Overview#
The NVIDIA Cloud Native Service Add-on Pack is a set of packaged components for AI Workflows designed to provide the basic functionalities required for enterprise deployments of AI applications on Kubernetes-based infrastructure.
Currently, the following variants of K8S deployments and integrations are available:
More information about the specific platforms that the add-on pack supports can be found in the platform-specific sections of the document, linked above.
The packaged components in the add-on pack include implementation examples for authentication, monitoring, reporting, and load balancing, that can be used as-is, or customized and connected to your own environment.
These examples follow general guidelines for enterprise production requirements and serve as standards compatible with NVIDIA’s AI frameworks for building and deploying AI solutions as microservices.

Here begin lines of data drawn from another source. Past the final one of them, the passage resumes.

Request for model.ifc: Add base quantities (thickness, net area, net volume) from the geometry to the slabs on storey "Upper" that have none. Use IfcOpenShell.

First a look at what the model holds.

```python
import ifcopenshell
import ifcopenshell.util.element
import ifcopenshell.util.unit

model = ifcopenshell.open("model.ifc")
print(model.schema)
for unit_type in ("LENGTHUNIT", "AREAUNIT", "VOLUMEUNIT"):
    print(unit_type, ifcopenshell.util.unit.calculate_unit_scale(model, unit_type))
storey = next(s for s in model.by_type("IfcBuildingStorey") if s.Name == "Upper")
slabs = [e for e in ifcopenshell.util.element.get_decomposition(storey) if e.is_a("IfcSlab")]
for e in sorted(slabs, key=lambda e: e.id()):
    print(e.id(), e.is_a(), e.Name, list(ifcopenshell.util.element.get_psets(e, qtos_only=True)), sep=" | ")
```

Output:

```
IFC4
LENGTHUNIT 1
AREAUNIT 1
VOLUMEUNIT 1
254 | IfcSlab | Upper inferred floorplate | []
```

```python
import ifcopenshell
import ifcopenshell.api.pset
import ifcopenshell.geom
import ifcopenshell.util.element
import ifcopenshell.util.shape
import ifcopenshell.util.unit

model = ifcopenshell.open("model.ifc")
unit_scale = ifcopenshell.util.unit.calculate_unit_scale(model)
area_scale = ifcopenshell.util.unit.calculate_unit_scale(model, "AREAUNIT")
volume_scale = ifcopenshell.util.unit.calculate_unit_scale(model, "VOLUMEUNIT")
settings = ifcopenshell.geom.settings()

storey = next(s for s in model.by_type("IfcBuildingStorey") if s.Name == "Upper")
slabs = [e for e in ifcopenshell.util.element.get_decomposition(storey) if e.is_a("IfcSlab")]

for e in sorted(slabs, key=lambda e: e.id()):
    if ifcopenshell.util.element.get_psets(e, qtos_only=True, should_inherit=False):
        continue
    # Geometry comes back in metres, in the element's own axes.
    shape = ifcopenshell.geom.create_shape(settings, e)
    values = {
        "Width": ifcopenshell.util.shape.get_z(shape.geometry) / unit_scale,
        "NetArea": ifcopenshell.util.shape.get_footprint_area(shape.geometry) / area_scale,
        "NetVolume": ifcopenshell.util.shape.get_volume(shape.geometry) / volume_scale,
    }
    qto = ifcopenshell.api.pset.add_qto(model, product=e, name="Qto_SlabBaseQuantities")
    ifcopenshell.api.pset.edit_qto(model, qto=qto, properties=values)
    print(e.id(), {k: round(v, 3) for k, v in values.items()})

model.write("model_rev.ifc")
```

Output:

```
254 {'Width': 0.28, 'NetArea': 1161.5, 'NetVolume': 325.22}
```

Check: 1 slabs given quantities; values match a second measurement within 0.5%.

The guidelines generally fall within the following categories:
Deployment and Orchestration
OCI-Compliant Container Images
Liveness/Readiness/Startup Probes
Security and Vulnerability Scanning/Patching
Security
OIDC/OAuth2 User Authentication
External Secrets Management
Secure API Endpoints
Networking
Ingress Control
Proxy Sidecar
Logging and Reporting
Open Telemetry Protocol (OTLP) monitoring
OTLP support within application containers
Log Aggregation
AI Workflows also include the AI framework specific to your use case, which is delivered as an OCI-compliant base container image. The following graphic illustrates the additional opinionated components which are included within NVIDIA AI Workflows to meet the above guideline requirements:
- Keycloak
Standard OIDC/OAuth2 provider to provide user management and authentication. It is an open-source identity provider that is OIDC/OAuth2 compliant and can also integrate with other identity providers, allowing the customer to connect their existing environments into the Workflows with minimal additional development.
- Cert-Manager
Cert Manager has been deployed with a custom Certificate Authority set up to generate/rotate HTTPS certs used by applications and AI Workflow components
- Trust Manager
Trust Manager is deployed for injecting the Certificate Authority public key into AI Workflow or application namespaces
- Ingress Controller
An HAProxy ingress controller is deployed with a wildcard DNS certificate to manage access to the services deployed within the cluster.
- Prometheus
A Prometheus operator and a centralized Prometheus service have been deployed on the cluster to scrape and pull metrics from the application services and provide an OTLP-compliant monitoring system and database.
- Grafana
A Grafana operator and a centralized Grafana service is deployed and can be used to create and host dashboards visualizing the appropriate metrics and monitoring data for the particular use case or AI Workflow. The centralized Grafana service is connected to the centralized Prometheus server by default.
- Postgres Operator
The Postgres Operator from CrunchyDB has been deployed for creating relational databases. One Postgres database is instantiated and is used to back Keycloak.
- Elastic Operator
The Elastic Operator for ElasticSearch, Kibana, and other Elastic tools has been deployed on the cluster. No elastic services are configured out of the box but can be leveraged by applications or AI Workflows if needed.
Note
Each user is responsible for checking the content and the applicable licenses of third party software and determining if they are suitable for the intended use.